Jayzed uses the term Legal Reasoning as thinking process by which regulators decide actual compliance cases. The Fund Ontology uses the Investment Advisor Act as an example:
Must firm xyz register as an investment adviser with the Securities & Exchange Commission?
- Rules (LKIF)
The text of the law and regulations are stored in FRO. An ontology module encodes the rules in a hierarchy of defined classes.
The screenshot below, shows the rule class for United States Code, Title 15 § 80b–2 – Definitions [of Investment Adviser]
- Facts (FIBO)
The relevant facts about the firm, services, managed companies, clients, assets under management are asserted in the ontology.
The semantic Reasoner or inference engine subsumes firms to be a member of the defined classes based on the asserted facts.
The firms have a new property “regulated as” inferred. For example firm xyz is regulated as required to register (or excluded as a family office, exempted as a commodity trading adviser, or prohibited as a small state regulated adviser).
Inferred membership of the defined classes enables drill-down to details of requirement to register or the applied exclusion, exemption, and prohibition. For example, the fictional Malboro [VT] Charity Advisers firm only advises charities and becomes an inferred member of class Exempted_Ex_USC_s80b_3_b_4_A.
Vision and Roadmap for Regulators and Supervisory Agencies.
The end-state applies Semantic Compliance to public rulemaking, forms and reports, firm submission and dissemination to the public.
- Code of Federal Regulations published in RDF/OWL in addition to today’s PDF and XML.
SEC, FED, FFIEC should set the standard – not Jayzed Data Models.

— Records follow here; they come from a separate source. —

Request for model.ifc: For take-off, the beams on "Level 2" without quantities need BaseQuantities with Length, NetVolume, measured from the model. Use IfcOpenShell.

First a look at what the model holds.

```python
import ifcopenshell
import ifcopenshell.util.element
import ifcopenshell.util.unit

model = ifcopenshell.open("model.ifc")
print(model.schema)
for unit_type in ("LENGTHUNIT", "AREAUNIT", "VOLUMEUNIT"):
    print(unit_type, ifcopenshell.util.unit.calculate_unit_scale(model, unit_type))
storey = next(s for s in model.by_type("IfcBuildingStorey") if s.Name == "Level 2")
beams = [e for e in ifcopenshell.util.element.get_decomposition(storey) if e.is_a("IfcBeam")]
for e in sorted(beams, key=lambda e: e.id()):
    print(e.id(), e.is_a(), e.Name, list(ifcopenshell.util.element.get_psets(e, qtos_only=True)), sep=" | ")
```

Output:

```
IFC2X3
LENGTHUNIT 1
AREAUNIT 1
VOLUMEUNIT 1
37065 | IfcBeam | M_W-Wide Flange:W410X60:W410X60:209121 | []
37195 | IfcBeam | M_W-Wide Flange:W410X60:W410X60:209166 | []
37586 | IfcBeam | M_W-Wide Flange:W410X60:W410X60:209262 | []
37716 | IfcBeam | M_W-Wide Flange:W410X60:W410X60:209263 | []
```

```python
import ifcopenshell
import ifcopenshell.api.pset
import ifcopenshell.geom
import ifcopenshell.util.element
import ifcopenshell.util.shape
import ifcopenshell.util.unit

model = ifcopenshell.open("model.ifc")
unit_scale = ifcopenshell.util.unit.calculate_unit_scale(model)
volume_scale = ifcopenshell.util.unit.calculate_unit_scale(model, "VOLUMEUNIT")
settings = ifcopenshell.geom.settings()

storey = next(s for s in model.by_type("IfcBuildingStorey") if s.Name == "Level 2")
beams = [e for e in ifcopenshell.util.element.get_decomposition(storey) if e.is_a("IfcBeam")]

for e in sorted(beams, key=lambda e: e.id()):
    if ifcopenshell.util.element.get_psets(e, qtos_only=True, should_inherit=False):
        continue
    # Geometry comes back in metres, in the element's own axes.
    shape = ifcopenshell.geom.create_shape(settings, e)
    values = {
        "Length": ifcopenshell.util.shape.get_max_xyz(shape.geometry) / unit_scale,
        "NetVolume": ifcopenshell.util.shape.get_volume(shape.geometry) / volume_scale,
    }
    qto = ifcopenshell.api.pset.add_qto(model, product=e, name="BaseQuantities")
    ifcopenshell.api.pset.edit_qto(model, qto=qto, properties=values)
    print(e.id(), {k: round(v, 3) for k, v in values.items()})

model.write("model_updated.ifc")
```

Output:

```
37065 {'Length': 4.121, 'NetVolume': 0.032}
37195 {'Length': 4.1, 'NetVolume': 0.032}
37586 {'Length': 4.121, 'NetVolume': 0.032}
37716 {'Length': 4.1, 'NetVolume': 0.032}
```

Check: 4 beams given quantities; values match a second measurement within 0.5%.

- RDF forms alongside and ultimately replacing current XML/XBRL.
Firms submit in RDF, which the regulator directly load into the Triple Store.
- Information like Call Reports, IAPD available to the public in Semantic Endpoints. This allows investors, bank, and insurance customers to join the data with other government and public endpoints.
This may take 10 years.
Vision and Roadmap for Financial Institutions
Same US banks and investment funds already have semantic web programs and are actively involved in FIBO development.

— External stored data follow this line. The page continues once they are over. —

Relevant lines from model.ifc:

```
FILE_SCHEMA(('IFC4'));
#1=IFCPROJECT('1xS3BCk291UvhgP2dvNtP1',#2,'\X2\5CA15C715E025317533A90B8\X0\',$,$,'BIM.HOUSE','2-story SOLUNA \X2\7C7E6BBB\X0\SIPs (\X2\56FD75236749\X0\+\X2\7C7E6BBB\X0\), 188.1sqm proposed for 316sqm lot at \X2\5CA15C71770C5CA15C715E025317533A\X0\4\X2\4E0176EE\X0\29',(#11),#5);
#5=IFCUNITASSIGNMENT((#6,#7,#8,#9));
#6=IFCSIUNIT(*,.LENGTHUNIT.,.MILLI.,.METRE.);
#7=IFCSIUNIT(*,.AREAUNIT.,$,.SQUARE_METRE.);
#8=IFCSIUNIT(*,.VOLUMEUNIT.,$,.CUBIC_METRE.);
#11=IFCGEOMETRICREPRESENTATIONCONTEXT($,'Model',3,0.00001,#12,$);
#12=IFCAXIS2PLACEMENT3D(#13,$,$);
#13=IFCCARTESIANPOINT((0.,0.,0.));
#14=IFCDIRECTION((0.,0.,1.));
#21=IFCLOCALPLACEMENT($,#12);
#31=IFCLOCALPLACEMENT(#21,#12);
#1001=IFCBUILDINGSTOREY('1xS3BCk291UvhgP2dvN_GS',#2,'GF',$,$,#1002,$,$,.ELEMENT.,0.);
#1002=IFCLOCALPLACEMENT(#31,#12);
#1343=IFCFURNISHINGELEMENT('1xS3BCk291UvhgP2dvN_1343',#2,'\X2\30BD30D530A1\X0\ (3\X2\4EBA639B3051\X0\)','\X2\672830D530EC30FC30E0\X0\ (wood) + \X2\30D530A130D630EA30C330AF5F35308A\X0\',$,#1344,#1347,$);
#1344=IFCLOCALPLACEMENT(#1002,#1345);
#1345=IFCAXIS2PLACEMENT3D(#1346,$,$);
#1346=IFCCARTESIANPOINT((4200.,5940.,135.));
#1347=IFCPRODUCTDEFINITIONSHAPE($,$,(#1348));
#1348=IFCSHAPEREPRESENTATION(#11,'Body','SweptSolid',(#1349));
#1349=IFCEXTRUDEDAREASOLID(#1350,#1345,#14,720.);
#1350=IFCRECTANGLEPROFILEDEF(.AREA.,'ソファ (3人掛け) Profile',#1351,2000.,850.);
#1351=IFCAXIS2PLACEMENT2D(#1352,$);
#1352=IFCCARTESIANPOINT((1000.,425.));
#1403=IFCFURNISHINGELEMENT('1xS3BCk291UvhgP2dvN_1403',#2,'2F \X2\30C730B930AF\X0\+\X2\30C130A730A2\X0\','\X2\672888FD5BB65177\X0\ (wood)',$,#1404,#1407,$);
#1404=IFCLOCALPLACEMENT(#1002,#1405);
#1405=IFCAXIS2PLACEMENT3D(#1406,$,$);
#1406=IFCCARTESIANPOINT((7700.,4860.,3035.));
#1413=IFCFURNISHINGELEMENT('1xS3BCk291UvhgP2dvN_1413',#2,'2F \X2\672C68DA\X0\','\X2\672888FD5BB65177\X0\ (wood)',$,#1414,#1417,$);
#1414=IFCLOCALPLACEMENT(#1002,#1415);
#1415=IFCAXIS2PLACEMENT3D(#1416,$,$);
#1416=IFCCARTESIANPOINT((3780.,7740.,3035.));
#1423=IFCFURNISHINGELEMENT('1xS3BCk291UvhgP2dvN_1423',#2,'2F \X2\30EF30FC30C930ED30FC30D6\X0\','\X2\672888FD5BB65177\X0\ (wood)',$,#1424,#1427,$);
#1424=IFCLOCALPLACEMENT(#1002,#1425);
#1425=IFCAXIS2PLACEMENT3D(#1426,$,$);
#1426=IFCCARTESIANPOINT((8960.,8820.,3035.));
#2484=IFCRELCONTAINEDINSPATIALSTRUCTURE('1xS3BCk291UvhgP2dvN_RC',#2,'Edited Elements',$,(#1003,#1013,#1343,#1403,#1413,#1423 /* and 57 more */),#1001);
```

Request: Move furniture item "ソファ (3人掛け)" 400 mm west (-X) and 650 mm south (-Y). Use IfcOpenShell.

```python
import ifcopenshell
import ifcopenshell.api.geometry
import ifcopenshell.util.placement
import ifcopenshell.util.unit

model = ifcopenshell.open("model.ifc")
unit_scale = ifcopenshell.util.unit.calculate_unit_scale(model)

item = model.by_id(1343)
matrix = ifcopenshell.util.placement.get_local_placement(item.ObjectPlacement)
matrix[0, 3] -= 0.4 / unit_scale
matrix[1, 3] -= 0.65 / unit_scale
ifcopenshell.api.geometry.edit_object_placement(model, product=item, matrix=matrix, is_si=False)

print(ifcopenshell.util.placement.get_local_placement(item.ObjectPlacement).round(3) + 0.0)

model.write("model_rev.ifc")
```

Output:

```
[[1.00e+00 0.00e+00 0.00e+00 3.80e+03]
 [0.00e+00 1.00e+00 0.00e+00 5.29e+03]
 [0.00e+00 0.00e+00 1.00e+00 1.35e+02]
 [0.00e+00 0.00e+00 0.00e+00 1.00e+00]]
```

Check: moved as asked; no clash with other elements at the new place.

The end-state is complete transparency, accuracy and efficiency from reported financial information, its compilation, lineage and ultimate sources.
The Semantic Endpoint extends transparency and accessibility to the institution’s clients.
The ever increasing compliance burden overwhelms Financial Institutions and their regulators. The complexity is no longer manageable with conventional approaches.
The Semantic Web revolution provides more powerful methodologies and tools; technologies that have proven performance and scalability in other industries.
Semantic Compliance applies the ontological approach to regulatory compliance. The uniform representation of requirements, data and rules simplifies architecture, data management and processing.
Everything within the ontology – everything is a triple!